Mi trovo sempre in difficoltà quando devo stroncare un libro, perchè si dovrebbe cercare, nell'ambito del possibile, di coglierne comunque i lati positivi e concentrarsi su questi - no, non appartengo alla categoria di critici avari di lodi -, quanto basta perlomeno a non rimpiangerne il prezzo del libro stesso. Ma di fronte a quest'ultimo lavoro della Mazzantini, ci vorrebbe davvero un lavoro certosino. "Nessuno si salva da solo" è il semplice racconto - perlopiù condito di parolacce - di una semplice coppia che ha smesso semplicemente di amarsi. La Mazzantini cerca di andare a fondo negli animi di Gaetano e Delia, i protagonisti del romanzo, e in alcuni casi riesce a colpire il lettore e a catalizzare l'attenzione sul dramma di un amore che è stato tanto grande ma di cui non ne è che rimasta la cenere, ma è la storia stessa ad essere sterile e priva di spunti narrativi coinvolgenti che spingano a continuare nella lettura.

La vicenda si svolge nell'arco di un'unica serata, in cui Delia e Gaetano si danno appuntamento in un ristorante. Da qui parte una numerosa serie di flashback che ci riportano indietro nel tempo, per indagare i motivi che hanno portato alla rottura del loro matrimonio. Delia è stata una ragazza debole, colpita da alcuni problemi alimentari che l'hanno portata sull'orlo dell'anoressia, ed ora che è mamma, risulta anaffettiva e ben poco premurosa, e nonostante abbia a cuore la vita dei due figli, non riesce a gestirne i loro disagi, i capricci e le problematiche. Gaetano invece ha prima grandi aspettative nei confronti della vita, in virtù della propria carriera di sceneggiatore, per poi diventare in un secondo momento un uomo deluso e un marito fedifrago convinto che sia sempre l'ultima volta. "E' andato tutto così veloce. Eppure sembrava tutto così solido. E' quello che Gaetano vorrebbe dire a ogni coppia che passa, se mai gli importasse essere buono con gli altri e dare un consiglio. Non vi fidate di voi stessi, di quello che credete di avere costruito".

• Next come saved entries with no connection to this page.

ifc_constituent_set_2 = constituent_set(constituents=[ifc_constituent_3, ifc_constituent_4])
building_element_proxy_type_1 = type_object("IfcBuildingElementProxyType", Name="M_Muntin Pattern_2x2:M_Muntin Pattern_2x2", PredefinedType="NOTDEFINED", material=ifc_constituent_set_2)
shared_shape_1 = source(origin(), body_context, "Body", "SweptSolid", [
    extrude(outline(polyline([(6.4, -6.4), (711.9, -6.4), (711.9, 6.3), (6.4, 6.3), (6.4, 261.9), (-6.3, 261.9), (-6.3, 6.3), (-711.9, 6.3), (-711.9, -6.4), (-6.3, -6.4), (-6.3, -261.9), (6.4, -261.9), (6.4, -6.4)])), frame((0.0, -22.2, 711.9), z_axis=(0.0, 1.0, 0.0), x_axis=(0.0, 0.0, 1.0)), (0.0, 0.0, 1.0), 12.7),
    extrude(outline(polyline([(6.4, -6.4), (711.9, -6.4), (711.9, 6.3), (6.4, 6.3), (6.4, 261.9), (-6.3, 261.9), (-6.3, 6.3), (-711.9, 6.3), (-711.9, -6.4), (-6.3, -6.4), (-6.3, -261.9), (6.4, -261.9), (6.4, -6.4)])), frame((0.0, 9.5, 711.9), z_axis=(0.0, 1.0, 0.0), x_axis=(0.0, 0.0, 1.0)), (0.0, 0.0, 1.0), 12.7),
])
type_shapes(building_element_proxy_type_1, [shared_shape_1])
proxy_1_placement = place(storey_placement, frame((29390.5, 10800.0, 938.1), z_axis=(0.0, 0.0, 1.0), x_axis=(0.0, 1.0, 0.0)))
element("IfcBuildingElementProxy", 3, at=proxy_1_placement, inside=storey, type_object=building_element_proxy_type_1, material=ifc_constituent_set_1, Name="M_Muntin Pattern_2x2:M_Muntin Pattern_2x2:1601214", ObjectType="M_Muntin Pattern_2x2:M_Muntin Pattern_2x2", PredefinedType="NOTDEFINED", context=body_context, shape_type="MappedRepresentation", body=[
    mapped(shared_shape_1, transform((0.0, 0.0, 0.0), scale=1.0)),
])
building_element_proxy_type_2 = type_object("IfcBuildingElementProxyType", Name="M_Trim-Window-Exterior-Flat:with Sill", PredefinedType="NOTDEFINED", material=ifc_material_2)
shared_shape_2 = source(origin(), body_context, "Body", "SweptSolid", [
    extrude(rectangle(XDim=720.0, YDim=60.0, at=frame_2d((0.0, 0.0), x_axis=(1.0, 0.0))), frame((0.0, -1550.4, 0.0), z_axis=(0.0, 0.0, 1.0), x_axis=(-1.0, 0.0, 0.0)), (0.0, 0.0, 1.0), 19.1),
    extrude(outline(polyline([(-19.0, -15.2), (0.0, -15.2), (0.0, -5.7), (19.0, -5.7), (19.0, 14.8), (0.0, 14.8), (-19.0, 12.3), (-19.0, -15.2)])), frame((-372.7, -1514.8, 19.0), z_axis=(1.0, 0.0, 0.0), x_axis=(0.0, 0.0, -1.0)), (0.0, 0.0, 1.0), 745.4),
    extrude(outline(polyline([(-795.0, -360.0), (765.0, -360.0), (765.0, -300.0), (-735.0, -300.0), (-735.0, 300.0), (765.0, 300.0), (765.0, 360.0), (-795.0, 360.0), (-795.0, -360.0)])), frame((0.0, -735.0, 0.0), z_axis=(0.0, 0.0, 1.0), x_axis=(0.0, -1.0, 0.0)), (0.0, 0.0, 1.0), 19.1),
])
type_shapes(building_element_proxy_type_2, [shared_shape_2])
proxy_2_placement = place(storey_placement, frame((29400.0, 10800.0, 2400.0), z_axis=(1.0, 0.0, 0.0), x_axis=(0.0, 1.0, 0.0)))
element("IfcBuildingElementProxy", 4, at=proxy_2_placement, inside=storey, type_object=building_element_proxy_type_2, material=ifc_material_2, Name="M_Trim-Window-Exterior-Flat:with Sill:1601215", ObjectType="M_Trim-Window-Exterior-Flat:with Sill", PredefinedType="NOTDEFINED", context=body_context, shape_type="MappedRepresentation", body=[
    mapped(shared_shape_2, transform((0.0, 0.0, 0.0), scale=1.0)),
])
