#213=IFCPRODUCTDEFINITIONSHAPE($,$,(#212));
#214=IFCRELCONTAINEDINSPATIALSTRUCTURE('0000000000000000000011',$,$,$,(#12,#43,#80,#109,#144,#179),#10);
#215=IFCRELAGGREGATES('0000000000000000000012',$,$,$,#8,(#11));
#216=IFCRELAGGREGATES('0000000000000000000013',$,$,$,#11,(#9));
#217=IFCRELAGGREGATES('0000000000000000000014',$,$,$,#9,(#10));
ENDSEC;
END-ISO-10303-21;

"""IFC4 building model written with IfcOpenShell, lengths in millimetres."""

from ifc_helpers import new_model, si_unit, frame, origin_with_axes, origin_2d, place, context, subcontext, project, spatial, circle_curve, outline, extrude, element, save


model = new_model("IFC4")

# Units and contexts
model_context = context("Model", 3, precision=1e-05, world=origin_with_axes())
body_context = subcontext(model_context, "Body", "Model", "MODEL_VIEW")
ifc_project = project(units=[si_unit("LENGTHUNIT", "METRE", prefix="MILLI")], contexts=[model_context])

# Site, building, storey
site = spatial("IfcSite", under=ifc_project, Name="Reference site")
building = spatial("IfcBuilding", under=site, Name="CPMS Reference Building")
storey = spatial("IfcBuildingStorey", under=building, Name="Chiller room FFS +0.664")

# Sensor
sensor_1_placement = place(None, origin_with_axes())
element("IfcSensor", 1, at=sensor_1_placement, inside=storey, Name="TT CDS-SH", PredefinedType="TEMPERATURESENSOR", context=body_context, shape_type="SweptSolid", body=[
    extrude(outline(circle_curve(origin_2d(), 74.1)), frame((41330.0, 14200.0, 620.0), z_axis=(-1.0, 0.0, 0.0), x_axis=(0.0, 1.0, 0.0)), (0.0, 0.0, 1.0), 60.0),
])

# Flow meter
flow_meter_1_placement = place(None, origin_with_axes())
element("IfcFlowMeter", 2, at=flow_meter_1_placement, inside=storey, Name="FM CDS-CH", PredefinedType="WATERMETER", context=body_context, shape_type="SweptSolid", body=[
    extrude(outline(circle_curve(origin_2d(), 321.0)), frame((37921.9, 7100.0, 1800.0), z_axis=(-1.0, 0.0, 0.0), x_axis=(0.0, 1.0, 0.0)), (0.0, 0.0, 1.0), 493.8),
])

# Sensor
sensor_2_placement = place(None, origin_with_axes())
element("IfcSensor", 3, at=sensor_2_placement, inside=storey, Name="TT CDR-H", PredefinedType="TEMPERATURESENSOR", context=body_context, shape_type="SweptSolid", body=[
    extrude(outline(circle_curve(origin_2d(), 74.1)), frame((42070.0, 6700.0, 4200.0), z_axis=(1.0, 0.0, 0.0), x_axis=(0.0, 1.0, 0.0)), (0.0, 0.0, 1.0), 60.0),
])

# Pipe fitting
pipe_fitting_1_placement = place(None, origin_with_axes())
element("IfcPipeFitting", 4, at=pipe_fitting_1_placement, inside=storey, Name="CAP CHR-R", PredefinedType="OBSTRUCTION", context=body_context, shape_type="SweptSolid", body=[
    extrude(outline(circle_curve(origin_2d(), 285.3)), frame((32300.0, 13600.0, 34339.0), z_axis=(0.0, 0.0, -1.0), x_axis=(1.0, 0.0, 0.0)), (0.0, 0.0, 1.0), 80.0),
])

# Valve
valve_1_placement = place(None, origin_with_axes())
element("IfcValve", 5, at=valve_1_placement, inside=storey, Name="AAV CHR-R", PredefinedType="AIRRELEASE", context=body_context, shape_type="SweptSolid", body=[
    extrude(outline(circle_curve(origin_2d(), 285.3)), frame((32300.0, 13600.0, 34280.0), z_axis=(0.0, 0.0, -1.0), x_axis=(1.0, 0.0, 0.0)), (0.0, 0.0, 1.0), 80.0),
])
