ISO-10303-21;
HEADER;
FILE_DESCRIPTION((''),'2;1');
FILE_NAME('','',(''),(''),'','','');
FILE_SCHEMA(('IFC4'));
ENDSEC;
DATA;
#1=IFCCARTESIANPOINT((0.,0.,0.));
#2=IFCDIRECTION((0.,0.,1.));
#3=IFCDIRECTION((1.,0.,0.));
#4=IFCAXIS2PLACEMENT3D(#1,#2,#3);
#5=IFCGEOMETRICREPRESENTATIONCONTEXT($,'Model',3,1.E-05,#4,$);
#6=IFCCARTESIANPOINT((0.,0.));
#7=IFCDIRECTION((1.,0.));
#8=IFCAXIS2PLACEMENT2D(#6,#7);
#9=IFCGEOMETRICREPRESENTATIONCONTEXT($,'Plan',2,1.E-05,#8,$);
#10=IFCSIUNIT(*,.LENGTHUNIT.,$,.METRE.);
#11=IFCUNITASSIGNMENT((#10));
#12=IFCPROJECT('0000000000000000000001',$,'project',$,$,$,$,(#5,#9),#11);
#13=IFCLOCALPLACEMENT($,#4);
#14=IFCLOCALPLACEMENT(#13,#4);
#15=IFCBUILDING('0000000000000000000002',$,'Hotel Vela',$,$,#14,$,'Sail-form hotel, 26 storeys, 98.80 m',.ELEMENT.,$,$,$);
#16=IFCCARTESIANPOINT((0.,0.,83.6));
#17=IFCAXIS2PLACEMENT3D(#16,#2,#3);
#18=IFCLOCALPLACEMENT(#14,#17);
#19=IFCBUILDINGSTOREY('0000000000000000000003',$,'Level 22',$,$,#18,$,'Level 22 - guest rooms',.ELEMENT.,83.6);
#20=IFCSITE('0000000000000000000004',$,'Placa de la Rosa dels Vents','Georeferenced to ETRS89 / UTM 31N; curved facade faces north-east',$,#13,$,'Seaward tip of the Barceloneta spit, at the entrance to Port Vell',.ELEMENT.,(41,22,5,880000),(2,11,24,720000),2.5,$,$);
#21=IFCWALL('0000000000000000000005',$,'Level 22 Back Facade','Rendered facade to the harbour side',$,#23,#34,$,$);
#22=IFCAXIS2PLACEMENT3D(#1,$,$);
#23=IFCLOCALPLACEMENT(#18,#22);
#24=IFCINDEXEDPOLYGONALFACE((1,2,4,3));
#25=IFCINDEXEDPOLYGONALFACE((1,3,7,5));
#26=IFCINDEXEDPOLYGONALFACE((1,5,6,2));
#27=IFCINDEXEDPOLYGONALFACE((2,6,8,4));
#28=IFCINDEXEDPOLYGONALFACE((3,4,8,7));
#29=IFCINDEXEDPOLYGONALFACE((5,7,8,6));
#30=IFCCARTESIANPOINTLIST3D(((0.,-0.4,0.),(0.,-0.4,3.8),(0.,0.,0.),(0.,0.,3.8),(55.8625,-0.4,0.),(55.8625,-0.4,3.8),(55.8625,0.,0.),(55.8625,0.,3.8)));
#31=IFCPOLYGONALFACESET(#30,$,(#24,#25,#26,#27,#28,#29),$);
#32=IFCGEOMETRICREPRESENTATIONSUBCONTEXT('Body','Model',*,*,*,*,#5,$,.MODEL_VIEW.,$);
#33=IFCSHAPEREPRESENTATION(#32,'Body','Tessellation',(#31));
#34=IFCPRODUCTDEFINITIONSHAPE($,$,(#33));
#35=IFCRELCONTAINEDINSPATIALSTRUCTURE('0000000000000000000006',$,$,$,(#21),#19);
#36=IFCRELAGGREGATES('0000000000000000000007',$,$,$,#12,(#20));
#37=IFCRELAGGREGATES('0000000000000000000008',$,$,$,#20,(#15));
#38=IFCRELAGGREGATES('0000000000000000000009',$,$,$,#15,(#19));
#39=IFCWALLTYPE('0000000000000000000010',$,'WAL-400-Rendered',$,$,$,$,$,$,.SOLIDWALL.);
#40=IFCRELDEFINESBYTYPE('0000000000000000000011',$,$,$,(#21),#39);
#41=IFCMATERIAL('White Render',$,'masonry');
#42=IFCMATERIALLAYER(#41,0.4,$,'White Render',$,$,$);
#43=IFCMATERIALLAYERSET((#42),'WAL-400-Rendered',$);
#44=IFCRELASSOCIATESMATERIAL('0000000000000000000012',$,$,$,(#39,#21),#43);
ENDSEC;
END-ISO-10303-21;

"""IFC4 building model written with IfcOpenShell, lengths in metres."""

from ifc_helpers import new_model, si_unit, frame, origin_with_axes, origin_2d_with_axis, place, context, subcontext, project, spatial, line, indexed_curve, outline, extrude, material, layer, layer_set, layer_usage, type_object, element, save


model = new_model("IFC4")

# Units and contexts
model_context = context("Model", 3, precision=1e-05, world=origin_with_axes())
plan_context = context("Plan", 2, precision=1e-05, world=origin_2d_with_axis())
body_context = subcontext(model_context, "Body", "Model", "MODEL_VIEW")
ifc_project = project(units=[si_unit("LENGTHUNIT", "METRE")], contexts=[model_context, plan_context])

# Site, building, storey
site_placement = place(None, origin_with_axes())
site = spatial("IfcSite", under=ifc_project, at=site_placement, Name="Placa de la Rosa dels Vents", Description="Georeferenced to ETRS89 / UTM 31N; curved facade faces north-east", LongName="Seaward tip of the Barceloneta spit, at the entrance to Port Vell", CompositionType="ELEMENT", RefLatitude=(41, 22, 5, 880000), RefLongitude=(2, 11, 24, 720000), RefElevation=2.5)
building_placement = place(site_placement, origin_with_axes())
building = spatial("IfcBuilding", under=site, at=building_placement, Name="Hotel Vela", LongName="Sail-form hotel, 26 storeys, 98.80 m", CompositionType="ELEMENT")
storey_placement = place(building_placement, frame((0.0, 0.0, 83.6), z_axis=(0.0, 0.0, 1.0), x_axis=(1.0, 0.0, 0.0)))
storey = spatial("IfcBuildingStorey", under=building, at=storey_placement, Name="Level 22", LongName="Level 22 - guest rooms", CompositionType="ELEMENT", Elevation=83.6)

# Wall
ifc_material_1 = material(Name="White Render", Category="masonry")
ifc_layer_1 = layer(ifc_material_1, 0.4, Name="White Render")
ifc_layer_set_1 = layer_set([ifc_layer_1], Name="WAL-400-Rendered")
ifc_layer_usage_1 = layer_usage(ifc_layer_set_1, "AXIS2", "POSITIVE", 0.0)
wall_type = type_object("IfcWallType", Name="WAL-400-Rendered", PredefinedType="SOLIDWALL", material=ifc_layer_set_1)
wall_placement = place(storey_placement, frame((0.0, -0.4, 0.0), z_axis=(0.0, 0.0, 1.0), x_axis=(1.0, 0.0, 0.0)))
element("IfcWall", 1, at=wall_placement, inside=storey, type_object=wall_type, material=ifc_layer_usage_1, Name="Level 22 Back Facade", Description="Rendered facade to the harbour side", context=body_context, shape_type="SweptSolid", body=[
    extrude(outline(indexed_curve([(0.0, 0.0), (55.8625, 0.0), (55.8625, 0.4), (0.0, 0.4)], segments=[line(1, 2, 3, 4, 1)])), origin_with_axes(), (0.0, 0.0, 1.0), 3.8),
])

save(model, "model.ifc")
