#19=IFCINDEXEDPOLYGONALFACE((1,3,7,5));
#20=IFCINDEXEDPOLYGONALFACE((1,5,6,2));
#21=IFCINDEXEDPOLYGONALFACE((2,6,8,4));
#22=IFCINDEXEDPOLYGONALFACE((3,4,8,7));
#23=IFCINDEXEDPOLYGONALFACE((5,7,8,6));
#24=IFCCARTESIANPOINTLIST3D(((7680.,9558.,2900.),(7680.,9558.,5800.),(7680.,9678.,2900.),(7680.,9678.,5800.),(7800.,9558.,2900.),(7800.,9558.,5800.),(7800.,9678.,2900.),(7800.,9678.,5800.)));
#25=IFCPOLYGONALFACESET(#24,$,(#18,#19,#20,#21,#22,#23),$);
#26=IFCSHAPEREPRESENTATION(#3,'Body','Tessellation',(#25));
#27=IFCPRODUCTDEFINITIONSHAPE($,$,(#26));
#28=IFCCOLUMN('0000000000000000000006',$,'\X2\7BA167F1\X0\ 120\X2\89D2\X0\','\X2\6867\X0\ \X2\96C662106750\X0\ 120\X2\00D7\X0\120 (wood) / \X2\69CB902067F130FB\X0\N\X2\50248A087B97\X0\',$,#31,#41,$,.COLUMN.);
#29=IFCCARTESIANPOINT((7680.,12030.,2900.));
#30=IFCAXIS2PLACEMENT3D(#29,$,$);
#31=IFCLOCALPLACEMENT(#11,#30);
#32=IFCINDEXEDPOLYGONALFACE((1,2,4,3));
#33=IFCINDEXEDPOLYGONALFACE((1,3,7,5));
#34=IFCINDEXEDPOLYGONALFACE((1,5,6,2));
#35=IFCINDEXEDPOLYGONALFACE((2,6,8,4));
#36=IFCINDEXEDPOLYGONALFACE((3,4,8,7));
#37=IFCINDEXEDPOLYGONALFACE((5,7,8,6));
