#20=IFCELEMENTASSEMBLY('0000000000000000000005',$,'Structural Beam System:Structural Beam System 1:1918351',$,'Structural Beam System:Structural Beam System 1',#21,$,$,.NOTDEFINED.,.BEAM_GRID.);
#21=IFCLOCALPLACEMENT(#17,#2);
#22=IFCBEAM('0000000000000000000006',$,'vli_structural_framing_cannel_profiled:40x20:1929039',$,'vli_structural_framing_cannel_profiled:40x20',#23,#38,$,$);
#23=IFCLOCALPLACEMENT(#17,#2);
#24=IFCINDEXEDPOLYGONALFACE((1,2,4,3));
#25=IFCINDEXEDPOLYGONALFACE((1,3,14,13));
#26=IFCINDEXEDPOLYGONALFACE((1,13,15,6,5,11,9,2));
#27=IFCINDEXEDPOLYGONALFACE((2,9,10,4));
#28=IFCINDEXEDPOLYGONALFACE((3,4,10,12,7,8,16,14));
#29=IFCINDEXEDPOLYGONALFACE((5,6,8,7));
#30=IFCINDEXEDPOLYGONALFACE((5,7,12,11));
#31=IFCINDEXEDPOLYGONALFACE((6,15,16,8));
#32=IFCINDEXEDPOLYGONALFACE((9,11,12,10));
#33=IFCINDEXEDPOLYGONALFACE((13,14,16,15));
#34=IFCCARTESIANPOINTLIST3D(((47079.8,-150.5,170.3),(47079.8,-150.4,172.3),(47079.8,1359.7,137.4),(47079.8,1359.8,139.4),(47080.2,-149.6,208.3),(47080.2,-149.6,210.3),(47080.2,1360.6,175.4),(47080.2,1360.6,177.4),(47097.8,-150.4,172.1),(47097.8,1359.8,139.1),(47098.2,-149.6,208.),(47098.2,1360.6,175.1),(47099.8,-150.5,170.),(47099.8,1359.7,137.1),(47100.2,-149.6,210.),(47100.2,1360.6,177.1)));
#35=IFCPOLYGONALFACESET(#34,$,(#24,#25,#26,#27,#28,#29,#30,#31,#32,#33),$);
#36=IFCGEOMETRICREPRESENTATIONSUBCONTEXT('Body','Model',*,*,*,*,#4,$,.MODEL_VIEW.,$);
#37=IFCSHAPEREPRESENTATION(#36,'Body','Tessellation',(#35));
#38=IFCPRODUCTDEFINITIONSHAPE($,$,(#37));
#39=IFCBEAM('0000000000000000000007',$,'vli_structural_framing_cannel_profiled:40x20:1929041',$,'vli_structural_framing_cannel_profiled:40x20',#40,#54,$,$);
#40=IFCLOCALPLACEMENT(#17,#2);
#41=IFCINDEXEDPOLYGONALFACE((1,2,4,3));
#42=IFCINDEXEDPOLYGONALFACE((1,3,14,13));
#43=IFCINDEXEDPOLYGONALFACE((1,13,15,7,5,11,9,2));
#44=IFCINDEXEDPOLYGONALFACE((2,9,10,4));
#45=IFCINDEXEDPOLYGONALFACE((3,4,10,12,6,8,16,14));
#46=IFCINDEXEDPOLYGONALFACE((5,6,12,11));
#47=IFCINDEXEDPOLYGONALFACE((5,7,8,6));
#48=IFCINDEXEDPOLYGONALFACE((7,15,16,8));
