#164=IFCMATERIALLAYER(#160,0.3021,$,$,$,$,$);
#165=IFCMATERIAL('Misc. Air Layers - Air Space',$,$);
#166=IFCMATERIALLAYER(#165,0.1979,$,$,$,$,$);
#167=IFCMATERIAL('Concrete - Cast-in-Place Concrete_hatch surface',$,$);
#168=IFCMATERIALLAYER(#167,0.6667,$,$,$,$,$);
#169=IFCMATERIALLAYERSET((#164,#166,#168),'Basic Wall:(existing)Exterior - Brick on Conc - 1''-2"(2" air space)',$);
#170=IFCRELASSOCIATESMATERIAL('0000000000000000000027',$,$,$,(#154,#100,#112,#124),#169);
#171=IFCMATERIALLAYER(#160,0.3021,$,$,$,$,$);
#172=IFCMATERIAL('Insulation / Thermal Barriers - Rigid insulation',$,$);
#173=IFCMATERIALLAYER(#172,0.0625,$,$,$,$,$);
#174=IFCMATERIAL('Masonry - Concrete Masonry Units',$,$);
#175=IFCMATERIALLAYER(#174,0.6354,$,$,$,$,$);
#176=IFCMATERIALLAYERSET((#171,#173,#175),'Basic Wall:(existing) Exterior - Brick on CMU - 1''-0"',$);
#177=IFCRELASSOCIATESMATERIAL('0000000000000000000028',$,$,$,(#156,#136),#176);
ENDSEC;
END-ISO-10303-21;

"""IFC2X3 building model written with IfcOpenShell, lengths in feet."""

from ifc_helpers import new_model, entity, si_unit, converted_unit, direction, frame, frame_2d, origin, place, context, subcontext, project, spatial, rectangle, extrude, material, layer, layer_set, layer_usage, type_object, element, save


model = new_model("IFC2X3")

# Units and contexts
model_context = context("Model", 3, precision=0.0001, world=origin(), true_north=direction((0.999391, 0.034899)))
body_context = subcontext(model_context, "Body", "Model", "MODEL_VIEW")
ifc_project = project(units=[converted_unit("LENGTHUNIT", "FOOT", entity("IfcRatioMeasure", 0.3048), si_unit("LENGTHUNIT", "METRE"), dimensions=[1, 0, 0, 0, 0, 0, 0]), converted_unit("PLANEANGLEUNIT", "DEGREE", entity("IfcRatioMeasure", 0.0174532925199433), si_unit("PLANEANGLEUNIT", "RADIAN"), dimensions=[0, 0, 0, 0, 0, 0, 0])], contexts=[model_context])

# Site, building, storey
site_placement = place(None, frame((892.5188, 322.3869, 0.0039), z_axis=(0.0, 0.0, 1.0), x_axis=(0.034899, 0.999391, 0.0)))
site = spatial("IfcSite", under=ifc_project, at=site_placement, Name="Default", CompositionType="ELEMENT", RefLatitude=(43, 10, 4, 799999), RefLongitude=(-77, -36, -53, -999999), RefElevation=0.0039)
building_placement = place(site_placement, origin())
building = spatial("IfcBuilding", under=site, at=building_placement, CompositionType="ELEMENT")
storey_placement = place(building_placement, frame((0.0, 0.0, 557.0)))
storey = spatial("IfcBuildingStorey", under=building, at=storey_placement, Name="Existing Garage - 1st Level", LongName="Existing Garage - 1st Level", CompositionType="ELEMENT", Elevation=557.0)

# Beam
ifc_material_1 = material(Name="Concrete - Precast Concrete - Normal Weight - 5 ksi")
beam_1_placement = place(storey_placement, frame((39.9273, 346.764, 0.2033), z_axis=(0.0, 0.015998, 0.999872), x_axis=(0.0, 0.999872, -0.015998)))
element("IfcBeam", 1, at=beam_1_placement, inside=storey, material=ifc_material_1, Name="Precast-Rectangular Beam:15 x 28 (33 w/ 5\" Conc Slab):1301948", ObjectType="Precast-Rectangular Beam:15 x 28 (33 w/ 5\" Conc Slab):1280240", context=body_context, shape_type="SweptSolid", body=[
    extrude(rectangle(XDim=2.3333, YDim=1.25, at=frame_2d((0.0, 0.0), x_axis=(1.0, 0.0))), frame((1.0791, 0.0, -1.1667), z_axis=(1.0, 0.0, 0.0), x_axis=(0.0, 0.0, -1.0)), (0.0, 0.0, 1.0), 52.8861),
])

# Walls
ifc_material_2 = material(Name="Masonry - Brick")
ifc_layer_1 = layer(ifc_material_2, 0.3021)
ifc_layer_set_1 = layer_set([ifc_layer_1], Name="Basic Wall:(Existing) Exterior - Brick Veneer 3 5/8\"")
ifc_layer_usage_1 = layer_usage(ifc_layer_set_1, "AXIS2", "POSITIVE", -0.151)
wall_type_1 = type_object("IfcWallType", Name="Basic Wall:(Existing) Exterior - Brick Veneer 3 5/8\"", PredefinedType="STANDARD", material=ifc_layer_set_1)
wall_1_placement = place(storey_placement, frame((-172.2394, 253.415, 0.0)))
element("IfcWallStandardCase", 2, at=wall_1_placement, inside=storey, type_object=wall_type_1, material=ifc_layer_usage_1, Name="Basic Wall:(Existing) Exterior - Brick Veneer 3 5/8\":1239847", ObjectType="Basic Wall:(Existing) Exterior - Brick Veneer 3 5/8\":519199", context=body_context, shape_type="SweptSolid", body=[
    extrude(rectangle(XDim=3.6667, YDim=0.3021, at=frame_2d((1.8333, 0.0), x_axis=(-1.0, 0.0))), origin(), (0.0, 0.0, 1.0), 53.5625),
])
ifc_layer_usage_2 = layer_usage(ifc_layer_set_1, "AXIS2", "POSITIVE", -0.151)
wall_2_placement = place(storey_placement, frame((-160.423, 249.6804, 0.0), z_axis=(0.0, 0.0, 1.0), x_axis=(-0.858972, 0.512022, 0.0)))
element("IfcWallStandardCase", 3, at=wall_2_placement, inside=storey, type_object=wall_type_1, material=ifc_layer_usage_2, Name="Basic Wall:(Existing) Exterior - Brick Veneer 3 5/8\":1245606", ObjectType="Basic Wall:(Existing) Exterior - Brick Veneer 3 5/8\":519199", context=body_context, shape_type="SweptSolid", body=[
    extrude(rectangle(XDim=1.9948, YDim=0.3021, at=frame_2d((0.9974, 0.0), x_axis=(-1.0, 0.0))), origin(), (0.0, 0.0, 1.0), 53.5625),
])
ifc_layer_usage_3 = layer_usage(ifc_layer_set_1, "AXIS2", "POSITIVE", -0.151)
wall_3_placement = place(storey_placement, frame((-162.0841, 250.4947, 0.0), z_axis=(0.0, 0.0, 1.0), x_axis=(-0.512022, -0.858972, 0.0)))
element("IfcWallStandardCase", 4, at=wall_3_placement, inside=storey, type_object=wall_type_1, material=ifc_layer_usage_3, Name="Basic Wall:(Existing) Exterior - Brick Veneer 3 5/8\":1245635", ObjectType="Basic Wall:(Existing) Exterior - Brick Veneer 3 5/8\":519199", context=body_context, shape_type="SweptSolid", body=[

Entrambi sono ancora due ragazzi, giovani genitori alla ricerca di un angolo di ristoro all'interno della propria dimensione affettiva, confusi e arrabbiati perchè nessuno è venuto loro in soccorso per salvare un matrimonio che stava giungendo alla deriva. Così come nessuno può esimersi dal bocciare il romanzo. La trama è banale, a tratti piatta e non stimola curiosità nel lettore, essendo completamente priva di colpi di scena. Delia e Gaetano sono solamente l'embrione di ciò che sono stati Gemma e Diego nel vero capolavoro della Mazzantini, "Venuto al mondo", la cui forza sta nel possedere uno sfondo storico netto e ben focalizzato, sfondo che manca in quest'ultimo romanzo, ambientato in una contemporaneità viva ma al tempo stesso eccessivamente scontata e imbarazzante. Se Gemma cerca incessantemente la maternità, Delia non riesce a comunicare completamente il proprio amore verso i figli, e si trova anche a fare una scelta diametricalmente opposta a quella auspicata da Gemma. Il romanzo è carente di tutta una serie di contorni e sfumature che potevano renderlo ricco e alleggerirne il tono. Sono aboliti i personaggi secondari, tutto è riempito dalla presenza ridondante dei due protagonisti, che hanno sì uno spessore, ma sono gli unici a riempire il palcoscenico, con la loro rabbia che sfocia anche in un odio vicendevole, seppure particolare, perchè conseguenza di un amore liberatorio.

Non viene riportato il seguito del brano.